Selected profiles of high-pressure methanol–air flames in supercritical water

Abstract

A semi-batch bench-scale visual flame cell system was designed to spontaneously ignite high-pressure flames in supercritical water as a step in evaluating the effect of presence of these flames on supercritical water oxidation of organics. Methanol proportions between 15 and 40 (v/v%) were used as fuel. Oxidation and flame ignition were achieved by injecting a preheated high-pressure air stream into the supercritical water–methanol mixture. Air was preferred to pure oxygen to maintain the practicality and possible full-scale feasibility of the supercritical water flame system. Flames were ignited successfully at methanol fractions between 21 and 35 (v/v%). Ignition zone temperatures up to 1010 °C were measured. High carbon monoxide production rates were observed in both flame and flameless oxidation in the reaction cell. Noticeable concentrations of nitrogen oxides were also present even in the absence of flames.

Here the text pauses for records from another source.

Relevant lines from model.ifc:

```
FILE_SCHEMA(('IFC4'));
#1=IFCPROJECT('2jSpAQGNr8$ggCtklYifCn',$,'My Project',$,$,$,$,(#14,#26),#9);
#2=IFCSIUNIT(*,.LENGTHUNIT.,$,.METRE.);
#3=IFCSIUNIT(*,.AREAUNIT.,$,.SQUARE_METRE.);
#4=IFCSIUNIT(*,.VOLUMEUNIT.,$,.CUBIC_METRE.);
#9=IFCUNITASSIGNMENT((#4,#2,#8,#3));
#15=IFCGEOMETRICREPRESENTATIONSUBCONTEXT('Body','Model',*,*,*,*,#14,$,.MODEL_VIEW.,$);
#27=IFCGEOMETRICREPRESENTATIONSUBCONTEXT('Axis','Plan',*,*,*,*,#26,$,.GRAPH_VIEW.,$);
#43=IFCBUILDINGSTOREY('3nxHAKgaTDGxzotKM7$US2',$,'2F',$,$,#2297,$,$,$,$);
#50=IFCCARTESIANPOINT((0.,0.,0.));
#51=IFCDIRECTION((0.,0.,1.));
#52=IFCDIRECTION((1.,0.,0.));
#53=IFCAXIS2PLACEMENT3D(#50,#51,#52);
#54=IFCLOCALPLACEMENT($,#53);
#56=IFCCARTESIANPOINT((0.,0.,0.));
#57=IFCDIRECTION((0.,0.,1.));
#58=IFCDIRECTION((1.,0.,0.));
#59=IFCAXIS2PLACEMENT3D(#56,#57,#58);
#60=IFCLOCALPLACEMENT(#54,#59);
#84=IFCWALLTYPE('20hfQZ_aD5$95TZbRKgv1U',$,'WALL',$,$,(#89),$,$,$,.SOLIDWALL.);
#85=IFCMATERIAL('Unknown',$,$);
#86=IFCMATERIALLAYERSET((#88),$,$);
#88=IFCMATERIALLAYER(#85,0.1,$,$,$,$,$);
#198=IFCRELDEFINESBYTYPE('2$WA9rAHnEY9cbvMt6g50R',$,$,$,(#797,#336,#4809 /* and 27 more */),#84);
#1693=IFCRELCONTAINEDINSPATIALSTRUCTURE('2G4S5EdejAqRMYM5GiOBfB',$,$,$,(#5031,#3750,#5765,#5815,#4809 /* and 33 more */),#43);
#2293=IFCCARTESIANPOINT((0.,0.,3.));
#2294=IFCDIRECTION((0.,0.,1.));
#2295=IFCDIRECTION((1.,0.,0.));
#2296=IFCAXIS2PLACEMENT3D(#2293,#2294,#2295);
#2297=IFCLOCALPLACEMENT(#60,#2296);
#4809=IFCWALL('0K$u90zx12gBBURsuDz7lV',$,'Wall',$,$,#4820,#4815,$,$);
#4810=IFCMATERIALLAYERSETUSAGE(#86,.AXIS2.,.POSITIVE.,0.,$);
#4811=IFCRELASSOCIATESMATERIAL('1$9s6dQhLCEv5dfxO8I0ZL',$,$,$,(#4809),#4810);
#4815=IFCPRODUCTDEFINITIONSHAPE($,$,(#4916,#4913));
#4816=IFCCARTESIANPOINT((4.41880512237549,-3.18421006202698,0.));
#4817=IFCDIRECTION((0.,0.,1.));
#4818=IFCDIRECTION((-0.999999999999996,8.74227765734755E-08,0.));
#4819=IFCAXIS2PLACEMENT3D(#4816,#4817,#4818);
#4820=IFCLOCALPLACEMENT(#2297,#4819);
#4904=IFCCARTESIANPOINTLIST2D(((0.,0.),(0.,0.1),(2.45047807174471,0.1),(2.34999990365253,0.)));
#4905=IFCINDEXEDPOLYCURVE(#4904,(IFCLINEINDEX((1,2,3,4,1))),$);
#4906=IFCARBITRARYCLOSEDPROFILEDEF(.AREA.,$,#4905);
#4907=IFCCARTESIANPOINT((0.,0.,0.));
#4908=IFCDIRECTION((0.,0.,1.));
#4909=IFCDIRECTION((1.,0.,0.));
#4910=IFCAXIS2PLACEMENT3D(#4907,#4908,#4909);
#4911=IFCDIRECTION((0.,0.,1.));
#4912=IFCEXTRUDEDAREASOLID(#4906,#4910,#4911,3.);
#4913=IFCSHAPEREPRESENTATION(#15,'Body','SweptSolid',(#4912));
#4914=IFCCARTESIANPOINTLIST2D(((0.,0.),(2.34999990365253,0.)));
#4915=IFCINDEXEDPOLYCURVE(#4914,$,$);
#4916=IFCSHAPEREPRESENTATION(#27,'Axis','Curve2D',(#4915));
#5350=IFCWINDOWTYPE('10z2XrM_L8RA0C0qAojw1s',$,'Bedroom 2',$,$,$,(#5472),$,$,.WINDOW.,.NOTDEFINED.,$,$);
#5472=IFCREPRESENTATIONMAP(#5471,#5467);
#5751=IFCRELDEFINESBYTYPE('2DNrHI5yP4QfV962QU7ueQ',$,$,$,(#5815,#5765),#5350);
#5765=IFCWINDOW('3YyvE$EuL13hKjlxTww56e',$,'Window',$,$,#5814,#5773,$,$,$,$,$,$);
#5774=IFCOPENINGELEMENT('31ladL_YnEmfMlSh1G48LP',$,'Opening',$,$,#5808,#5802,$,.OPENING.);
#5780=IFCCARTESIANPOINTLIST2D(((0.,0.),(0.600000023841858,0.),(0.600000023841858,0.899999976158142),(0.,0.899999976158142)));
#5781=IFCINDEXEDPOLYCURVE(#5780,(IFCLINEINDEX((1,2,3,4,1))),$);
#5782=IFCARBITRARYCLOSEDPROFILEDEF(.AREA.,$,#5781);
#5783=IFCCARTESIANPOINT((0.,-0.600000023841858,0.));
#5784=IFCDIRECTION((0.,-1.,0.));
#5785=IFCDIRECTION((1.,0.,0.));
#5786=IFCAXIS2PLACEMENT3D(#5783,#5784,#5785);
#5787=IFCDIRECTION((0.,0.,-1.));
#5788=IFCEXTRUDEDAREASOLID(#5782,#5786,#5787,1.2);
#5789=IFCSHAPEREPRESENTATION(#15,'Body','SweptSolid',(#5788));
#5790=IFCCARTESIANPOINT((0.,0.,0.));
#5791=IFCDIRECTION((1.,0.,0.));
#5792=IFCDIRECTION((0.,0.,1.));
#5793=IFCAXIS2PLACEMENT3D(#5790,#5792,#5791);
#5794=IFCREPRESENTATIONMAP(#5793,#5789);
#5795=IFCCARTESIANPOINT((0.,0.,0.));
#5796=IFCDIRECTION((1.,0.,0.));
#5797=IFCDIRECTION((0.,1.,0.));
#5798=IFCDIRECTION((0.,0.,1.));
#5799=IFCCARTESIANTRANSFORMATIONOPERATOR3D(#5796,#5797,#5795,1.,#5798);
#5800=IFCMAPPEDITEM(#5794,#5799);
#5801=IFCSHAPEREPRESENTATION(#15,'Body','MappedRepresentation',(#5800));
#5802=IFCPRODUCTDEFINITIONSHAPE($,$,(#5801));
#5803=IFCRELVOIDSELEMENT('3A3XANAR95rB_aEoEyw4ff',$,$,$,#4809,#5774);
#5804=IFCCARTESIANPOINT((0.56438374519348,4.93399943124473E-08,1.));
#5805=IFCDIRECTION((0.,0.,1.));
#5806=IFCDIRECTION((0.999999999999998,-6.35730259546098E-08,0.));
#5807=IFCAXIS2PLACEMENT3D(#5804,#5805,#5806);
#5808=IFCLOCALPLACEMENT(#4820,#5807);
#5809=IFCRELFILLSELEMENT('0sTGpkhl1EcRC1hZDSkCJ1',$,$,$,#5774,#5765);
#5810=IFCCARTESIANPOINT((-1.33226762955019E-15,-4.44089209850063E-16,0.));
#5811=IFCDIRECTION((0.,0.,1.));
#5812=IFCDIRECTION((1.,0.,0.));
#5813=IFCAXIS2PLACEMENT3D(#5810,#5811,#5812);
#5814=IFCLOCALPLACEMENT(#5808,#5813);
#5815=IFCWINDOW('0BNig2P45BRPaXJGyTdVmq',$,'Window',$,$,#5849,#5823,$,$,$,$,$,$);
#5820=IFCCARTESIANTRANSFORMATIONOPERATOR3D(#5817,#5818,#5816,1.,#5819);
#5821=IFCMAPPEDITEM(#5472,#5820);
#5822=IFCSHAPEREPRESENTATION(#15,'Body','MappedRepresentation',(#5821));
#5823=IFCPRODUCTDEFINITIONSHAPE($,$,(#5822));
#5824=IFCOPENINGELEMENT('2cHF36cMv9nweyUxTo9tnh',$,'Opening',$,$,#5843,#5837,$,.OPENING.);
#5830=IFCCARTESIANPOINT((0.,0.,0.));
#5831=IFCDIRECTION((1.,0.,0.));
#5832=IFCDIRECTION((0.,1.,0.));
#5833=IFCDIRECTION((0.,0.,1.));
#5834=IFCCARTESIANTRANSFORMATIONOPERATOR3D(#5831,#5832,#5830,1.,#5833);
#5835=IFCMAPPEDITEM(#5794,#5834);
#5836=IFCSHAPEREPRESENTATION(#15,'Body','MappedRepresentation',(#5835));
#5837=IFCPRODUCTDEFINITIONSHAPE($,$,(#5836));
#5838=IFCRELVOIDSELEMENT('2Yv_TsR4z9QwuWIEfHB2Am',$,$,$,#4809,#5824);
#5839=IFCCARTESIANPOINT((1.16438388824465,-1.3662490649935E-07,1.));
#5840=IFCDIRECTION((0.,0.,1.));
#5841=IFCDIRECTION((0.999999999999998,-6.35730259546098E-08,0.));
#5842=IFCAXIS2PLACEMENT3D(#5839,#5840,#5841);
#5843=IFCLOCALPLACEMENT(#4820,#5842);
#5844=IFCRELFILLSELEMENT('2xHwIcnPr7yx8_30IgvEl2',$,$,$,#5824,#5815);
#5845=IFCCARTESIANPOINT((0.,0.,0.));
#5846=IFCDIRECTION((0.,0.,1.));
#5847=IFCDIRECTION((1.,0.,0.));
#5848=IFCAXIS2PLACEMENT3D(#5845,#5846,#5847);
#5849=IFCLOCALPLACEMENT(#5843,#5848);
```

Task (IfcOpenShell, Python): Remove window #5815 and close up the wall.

```python
import ifcopenshell
import ifcopenshell.api.feature
import ifcopenshell.api.root
import ifcopenshell.geom
import ifcopenshell.util.shape

model = ifcopenshell.open("model.ifc")
settings = ifcopenshell.geom.settings()


def volume(element):
    """Net volume in cubic metres, openings subtracted."""
    shape = ifcopenshell.geom.create_shape(settings, element)
    return ifcopenshell.util.shape.get_volume(shape.geometry)


window = model.by_guid("0BNig2P45BRPaXJGyTdVmq")
opening = window.FillsVoids[0].RelatingOpeningElement
wall = opening.VoidsElements[0].RelatingBuildingElement
before = volume(wall)

ifcopenshell.api.root.remove_product(model, product=window)
ifcopenshell.api.feature.remove_feature(model, feature=opening)

after = volume(wall)

print(f"wall volume {before:.3f} -> {after:.3f} m3")

model.write("model_updated.ifc")
```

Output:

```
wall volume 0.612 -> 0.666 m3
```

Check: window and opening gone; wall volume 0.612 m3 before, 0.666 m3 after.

Highest oxidation levels and strongest flame luminosities were observed at 23 (v/v%) methanol. The optimal methanol range for NO X minimization was found to be 25–30 (v/v%). A near-infrared thermal imaging system was used to obtain accurate visual and thermal gradient images of flame behavior in supercritical water and to propose a mixing-limited ignition scenario in the visual flame cell.